### Activity
What lines of the material below include the string "vpust"? Copy all of them.

### Records supplied

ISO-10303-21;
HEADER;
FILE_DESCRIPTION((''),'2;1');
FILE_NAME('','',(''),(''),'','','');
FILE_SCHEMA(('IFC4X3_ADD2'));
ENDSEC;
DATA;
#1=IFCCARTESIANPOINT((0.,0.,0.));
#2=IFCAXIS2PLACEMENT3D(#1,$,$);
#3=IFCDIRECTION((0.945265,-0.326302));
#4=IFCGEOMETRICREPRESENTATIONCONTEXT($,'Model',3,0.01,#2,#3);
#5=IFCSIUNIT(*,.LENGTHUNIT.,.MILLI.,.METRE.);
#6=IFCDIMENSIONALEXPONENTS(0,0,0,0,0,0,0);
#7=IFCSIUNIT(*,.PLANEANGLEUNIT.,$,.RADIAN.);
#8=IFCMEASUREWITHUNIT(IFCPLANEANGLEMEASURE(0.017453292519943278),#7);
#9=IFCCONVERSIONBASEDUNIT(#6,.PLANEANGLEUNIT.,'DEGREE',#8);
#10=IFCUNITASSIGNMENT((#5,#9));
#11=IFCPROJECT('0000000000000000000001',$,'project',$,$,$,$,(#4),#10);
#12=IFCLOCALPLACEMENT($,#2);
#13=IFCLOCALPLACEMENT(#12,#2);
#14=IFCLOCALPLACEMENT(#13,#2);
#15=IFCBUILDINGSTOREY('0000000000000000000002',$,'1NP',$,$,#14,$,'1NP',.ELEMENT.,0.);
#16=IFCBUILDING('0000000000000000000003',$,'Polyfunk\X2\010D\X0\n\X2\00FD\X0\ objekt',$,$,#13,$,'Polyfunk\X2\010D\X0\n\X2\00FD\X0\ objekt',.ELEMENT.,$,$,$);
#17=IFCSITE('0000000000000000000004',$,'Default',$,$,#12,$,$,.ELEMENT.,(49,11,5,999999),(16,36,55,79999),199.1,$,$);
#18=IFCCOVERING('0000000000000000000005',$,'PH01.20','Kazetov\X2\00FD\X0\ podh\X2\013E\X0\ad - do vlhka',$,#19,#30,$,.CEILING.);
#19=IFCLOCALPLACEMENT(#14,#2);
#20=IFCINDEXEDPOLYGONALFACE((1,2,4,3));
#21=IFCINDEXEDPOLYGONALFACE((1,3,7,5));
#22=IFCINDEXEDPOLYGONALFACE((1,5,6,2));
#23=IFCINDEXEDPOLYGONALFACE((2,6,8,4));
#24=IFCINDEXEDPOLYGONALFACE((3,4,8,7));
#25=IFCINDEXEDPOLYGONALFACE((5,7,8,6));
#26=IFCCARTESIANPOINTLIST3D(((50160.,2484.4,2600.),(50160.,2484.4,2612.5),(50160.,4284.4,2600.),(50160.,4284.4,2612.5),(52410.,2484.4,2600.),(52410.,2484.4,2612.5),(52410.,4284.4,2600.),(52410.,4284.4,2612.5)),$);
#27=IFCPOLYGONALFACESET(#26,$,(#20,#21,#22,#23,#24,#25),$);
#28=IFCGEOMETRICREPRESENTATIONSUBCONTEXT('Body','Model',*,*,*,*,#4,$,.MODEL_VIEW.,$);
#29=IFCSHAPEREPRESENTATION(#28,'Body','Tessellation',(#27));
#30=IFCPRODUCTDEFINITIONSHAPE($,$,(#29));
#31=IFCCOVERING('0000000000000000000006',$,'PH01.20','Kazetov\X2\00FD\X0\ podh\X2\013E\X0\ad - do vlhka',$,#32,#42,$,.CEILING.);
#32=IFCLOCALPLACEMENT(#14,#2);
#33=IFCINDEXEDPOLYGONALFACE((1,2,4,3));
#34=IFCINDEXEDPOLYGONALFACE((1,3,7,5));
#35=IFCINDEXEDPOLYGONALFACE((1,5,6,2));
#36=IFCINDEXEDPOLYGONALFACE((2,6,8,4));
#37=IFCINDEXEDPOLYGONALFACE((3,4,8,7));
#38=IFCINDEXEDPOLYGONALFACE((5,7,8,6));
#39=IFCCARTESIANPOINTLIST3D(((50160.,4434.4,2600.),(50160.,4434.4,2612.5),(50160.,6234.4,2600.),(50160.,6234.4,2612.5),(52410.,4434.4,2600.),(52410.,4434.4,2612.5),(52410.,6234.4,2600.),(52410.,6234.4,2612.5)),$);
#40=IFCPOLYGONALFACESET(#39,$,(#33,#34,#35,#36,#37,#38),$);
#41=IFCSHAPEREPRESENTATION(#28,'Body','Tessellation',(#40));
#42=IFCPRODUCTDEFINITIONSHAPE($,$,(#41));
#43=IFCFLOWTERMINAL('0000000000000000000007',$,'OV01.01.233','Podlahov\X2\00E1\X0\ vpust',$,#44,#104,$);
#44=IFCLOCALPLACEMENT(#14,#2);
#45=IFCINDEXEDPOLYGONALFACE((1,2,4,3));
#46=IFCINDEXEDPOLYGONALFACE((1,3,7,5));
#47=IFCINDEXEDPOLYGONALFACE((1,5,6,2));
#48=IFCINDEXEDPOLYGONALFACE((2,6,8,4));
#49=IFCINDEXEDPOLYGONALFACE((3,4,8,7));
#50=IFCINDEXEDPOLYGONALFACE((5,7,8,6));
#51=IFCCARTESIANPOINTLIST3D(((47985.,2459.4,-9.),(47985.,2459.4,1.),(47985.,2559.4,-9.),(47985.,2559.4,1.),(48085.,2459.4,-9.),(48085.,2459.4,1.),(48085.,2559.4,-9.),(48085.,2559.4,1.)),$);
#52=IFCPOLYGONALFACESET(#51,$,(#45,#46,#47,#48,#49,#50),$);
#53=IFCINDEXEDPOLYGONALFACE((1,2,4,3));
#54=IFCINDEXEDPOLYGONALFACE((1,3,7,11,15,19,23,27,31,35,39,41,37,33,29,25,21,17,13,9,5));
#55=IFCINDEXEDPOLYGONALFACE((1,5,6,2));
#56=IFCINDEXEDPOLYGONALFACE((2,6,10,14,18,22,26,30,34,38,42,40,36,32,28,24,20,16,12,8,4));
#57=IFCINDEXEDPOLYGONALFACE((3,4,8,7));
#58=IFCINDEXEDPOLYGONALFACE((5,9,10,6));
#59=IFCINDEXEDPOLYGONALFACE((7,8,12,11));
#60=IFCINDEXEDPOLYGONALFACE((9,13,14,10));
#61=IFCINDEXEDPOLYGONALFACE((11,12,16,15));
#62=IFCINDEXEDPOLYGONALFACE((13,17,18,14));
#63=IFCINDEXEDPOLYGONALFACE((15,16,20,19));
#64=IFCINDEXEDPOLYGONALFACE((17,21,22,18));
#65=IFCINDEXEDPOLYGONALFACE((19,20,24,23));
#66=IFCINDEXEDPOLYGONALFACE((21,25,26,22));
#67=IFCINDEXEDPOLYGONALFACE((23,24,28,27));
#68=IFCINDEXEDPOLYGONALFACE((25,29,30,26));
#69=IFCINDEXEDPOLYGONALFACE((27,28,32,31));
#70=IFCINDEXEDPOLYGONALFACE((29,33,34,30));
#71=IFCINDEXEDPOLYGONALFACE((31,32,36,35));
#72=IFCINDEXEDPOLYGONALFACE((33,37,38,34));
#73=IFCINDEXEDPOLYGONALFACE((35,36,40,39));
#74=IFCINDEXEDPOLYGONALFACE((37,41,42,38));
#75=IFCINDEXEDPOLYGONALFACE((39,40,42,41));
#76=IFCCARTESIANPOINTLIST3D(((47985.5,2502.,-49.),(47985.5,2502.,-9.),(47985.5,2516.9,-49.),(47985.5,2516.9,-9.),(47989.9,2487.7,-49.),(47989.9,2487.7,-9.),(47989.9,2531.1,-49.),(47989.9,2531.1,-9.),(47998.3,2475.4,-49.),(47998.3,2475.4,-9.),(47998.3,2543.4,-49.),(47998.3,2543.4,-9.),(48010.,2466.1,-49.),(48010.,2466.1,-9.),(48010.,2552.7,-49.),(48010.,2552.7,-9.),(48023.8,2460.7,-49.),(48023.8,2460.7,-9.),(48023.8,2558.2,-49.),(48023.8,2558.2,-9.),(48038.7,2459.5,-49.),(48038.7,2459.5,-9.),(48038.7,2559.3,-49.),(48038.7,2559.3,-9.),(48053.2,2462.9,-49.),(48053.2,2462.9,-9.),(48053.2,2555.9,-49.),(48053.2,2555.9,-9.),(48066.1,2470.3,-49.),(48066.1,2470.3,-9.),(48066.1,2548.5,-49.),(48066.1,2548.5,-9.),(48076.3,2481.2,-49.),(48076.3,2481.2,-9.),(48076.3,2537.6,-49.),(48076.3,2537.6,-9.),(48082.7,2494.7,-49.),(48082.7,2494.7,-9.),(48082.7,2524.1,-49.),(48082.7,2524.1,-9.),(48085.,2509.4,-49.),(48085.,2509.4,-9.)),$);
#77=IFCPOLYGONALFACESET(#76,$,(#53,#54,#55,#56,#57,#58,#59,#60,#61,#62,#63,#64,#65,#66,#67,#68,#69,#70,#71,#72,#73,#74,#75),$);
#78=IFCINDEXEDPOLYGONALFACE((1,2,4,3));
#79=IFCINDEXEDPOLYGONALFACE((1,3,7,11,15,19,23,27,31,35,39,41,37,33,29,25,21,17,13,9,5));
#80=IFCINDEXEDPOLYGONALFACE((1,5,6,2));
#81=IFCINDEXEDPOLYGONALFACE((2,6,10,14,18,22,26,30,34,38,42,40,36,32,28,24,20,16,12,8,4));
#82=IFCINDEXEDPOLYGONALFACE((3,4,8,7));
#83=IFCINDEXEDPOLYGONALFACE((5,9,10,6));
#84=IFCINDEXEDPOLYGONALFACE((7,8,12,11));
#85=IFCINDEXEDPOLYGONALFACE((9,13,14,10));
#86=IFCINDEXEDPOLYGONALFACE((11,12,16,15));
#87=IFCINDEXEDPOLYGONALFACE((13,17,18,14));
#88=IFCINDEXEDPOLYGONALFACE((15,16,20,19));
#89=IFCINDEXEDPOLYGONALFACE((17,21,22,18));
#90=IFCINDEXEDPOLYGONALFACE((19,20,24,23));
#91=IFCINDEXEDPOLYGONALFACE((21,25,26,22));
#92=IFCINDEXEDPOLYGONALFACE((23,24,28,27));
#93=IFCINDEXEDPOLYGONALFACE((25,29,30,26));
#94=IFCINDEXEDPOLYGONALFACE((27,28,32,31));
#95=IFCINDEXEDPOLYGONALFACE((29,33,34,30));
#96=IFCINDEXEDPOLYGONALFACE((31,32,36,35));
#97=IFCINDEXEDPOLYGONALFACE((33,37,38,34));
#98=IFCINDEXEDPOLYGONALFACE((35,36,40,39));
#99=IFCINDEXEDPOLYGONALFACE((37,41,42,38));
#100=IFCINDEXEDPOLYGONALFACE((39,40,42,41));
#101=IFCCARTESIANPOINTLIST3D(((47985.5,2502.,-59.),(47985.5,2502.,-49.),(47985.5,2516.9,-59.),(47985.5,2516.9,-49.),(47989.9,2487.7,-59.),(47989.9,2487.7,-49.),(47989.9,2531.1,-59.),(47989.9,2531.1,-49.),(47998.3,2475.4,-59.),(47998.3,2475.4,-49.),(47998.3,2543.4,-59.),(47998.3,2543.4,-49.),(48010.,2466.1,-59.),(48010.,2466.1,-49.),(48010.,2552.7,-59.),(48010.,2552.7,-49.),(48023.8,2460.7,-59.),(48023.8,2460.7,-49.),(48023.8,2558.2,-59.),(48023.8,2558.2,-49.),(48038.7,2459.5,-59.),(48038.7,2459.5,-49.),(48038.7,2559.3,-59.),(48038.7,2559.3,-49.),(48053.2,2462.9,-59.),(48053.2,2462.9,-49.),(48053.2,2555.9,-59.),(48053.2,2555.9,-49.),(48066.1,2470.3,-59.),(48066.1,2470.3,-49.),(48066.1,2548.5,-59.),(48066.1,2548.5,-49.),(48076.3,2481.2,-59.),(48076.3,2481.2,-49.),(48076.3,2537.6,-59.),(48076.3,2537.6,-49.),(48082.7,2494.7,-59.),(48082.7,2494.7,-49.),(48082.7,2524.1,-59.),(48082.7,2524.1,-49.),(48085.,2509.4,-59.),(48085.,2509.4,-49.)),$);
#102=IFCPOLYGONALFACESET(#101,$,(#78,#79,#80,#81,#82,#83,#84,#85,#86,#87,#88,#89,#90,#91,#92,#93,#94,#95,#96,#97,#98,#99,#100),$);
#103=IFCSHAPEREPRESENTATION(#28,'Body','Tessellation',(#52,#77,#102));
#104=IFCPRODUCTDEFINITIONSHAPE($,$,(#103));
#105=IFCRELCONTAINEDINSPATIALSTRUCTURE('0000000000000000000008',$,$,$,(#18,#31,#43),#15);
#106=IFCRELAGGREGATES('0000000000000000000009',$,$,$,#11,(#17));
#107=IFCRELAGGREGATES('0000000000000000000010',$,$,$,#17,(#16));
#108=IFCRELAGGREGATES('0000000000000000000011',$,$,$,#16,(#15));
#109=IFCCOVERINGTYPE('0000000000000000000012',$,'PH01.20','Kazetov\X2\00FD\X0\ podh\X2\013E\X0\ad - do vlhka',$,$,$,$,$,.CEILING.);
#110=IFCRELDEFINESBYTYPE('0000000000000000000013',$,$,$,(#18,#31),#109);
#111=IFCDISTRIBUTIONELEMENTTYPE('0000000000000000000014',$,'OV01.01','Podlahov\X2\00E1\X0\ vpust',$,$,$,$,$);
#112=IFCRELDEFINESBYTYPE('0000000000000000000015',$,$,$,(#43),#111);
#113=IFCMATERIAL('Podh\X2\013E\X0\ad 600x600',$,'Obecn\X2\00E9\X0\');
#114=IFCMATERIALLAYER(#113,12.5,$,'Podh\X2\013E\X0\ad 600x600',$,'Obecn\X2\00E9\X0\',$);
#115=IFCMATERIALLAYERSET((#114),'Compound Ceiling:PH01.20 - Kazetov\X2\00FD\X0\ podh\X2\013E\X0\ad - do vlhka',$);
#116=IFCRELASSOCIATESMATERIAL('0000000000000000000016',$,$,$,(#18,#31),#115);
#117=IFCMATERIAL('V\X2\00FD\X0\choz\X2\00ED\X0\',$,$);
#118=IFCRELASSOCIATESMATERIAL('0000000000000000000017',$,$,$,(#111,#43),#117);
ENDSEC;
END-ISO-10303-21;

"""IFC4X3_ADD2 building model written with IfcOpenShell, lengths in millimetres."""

from ifc_helpers import new_model, entity, si_unit, converted_unit, direction, frame, frame_2d, origin, place, context, subcontext, project, spatial, rectangle, circle, extrude, source, transform, mapped, material, layer, layer_set, layer_usage, type_object, type_shapes, element, save


model = new_model("IFC4X3_ADD2")

# Units and contexts
model_context = context("Model", 3, precision=0.01, world=origin(), true_north=direction((0.945265, -0.326302)))
body_context = subcontext(model_context, "Body", "Model", "MODEL_VIEW")
ifc_project = project(units=[si_unit("LENGTHUNIT", "METRE", prefix="MILLI"), converted_unit("PLANEANGLEUNIT", "DEGREE", entity("IfcPlaneAngleMeasure", 0.017453292519943278), si_unit("PLANEANGLEUNIT", "RADIAN"), dimensions=[0, 0, 0, 0, 0, 0, 0])], contexts=[model_context])

# Site, building, storey
site_placement = place(None, origin())
site = spatial("IfcSite", under=ifc_project, at=site_placement, Name="Default", CompositionType="ELEMENT", RefLatitude=(49, 11, 5, 999999), RefLongitude=(16, 36, 55, 79999), RefElevation=199.1)
building_placement = place(site_placement, origin())
building = spatial("IfcBuilding", under=site, at=building_placement, Name="Polyfunkčný objekt", LongName="Polyfunkčný objekt", CompositionType="ELEMENT")
storey_placement = place(building_placement, origin())
storey = spatial("IfcBuildingStorey", under=building, at=storey_placement, Name="1NP", LongName="1NP", CompositionType="ELEMENT", Elevation=0.0)

# Coverings
ifc_material_1 = material(Name="Podhľad 600x600", Category="Obecné")
ifc_layer_1 = layer(ifc_material_1, 12.5, Name="Podhľad 600x600", Category="Obecné")
ifc_layer_set_1 = layer_set([ifc_layer_1], Name="Compound Ceiling:PH01.20 - Kazetový podhľad - do vlhka")
covering_type_1 = type_object("IfcCoveringType", Name="PH01.20", Description="Kazetový podhľad - do vlhka", PredefinedType="CEILING")
ifc_layer_usage_1 = layer_usage(ifc_layer_set_1, "AXIS3", "NEGATIVE", 0.0)
covering_1_placement = place(storey_placement, frame((50160.0, 2484.4, 2600.0)))
element("IfcCovering", 1, at=covering_1_placement, inside=storey, type_object=covering_type_1, material=ifc_layer_usage_1, Name="PH01.20", Description="Kazetový podhľad - do vlhka", PredefinedType="CEILING", context=body_context, shape_type="SweptSolid", body=[
    extrude(rectangle(XDim=2250.0, YDim=1800.0, at=frame_2d((0.0, 0.0), x_axis=(1.0, 0.0))), frame((1125.0, 900.0, 0.0), z_axis=(0.0, 0.0, 1.0), x_axis=(-1.0, 0.0, 0.0)), (0.0, 0.0, 1.0), 12.5),
])
ifc_layer_usage_2 = layer_usage(ifc_layer_set_1, "AXIS3", "NEGATIVE", 0.0)
covering_2_placement = place(storey_placement, frame((50160.0, 4434.4, 2600.0)))
element("IfcCovering", 2, at=covering_2_placement, inside=storey, type_object=covering_type_1, material=ifc_layer_usage_2, Name="PH01.20", Description="Kazetový podhľad - do vlhka", PredefinedType="CEILING", context=body_context, shape_type="SweptSolid", body=[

### Your solution
#43=IFCFLOWTERMINAL('0000000000000000000007',$,'OV01.01.233','Podlahov\X2\00E1\X0\ vpust',$,#44,#104,$);
#111=IFCDISTRIBUTIONELEMENTTYPE('0000000000000000000014',$,'OV01.01','Podlahov\X2\00E1\X0\ vpust',$,$,$,$,$);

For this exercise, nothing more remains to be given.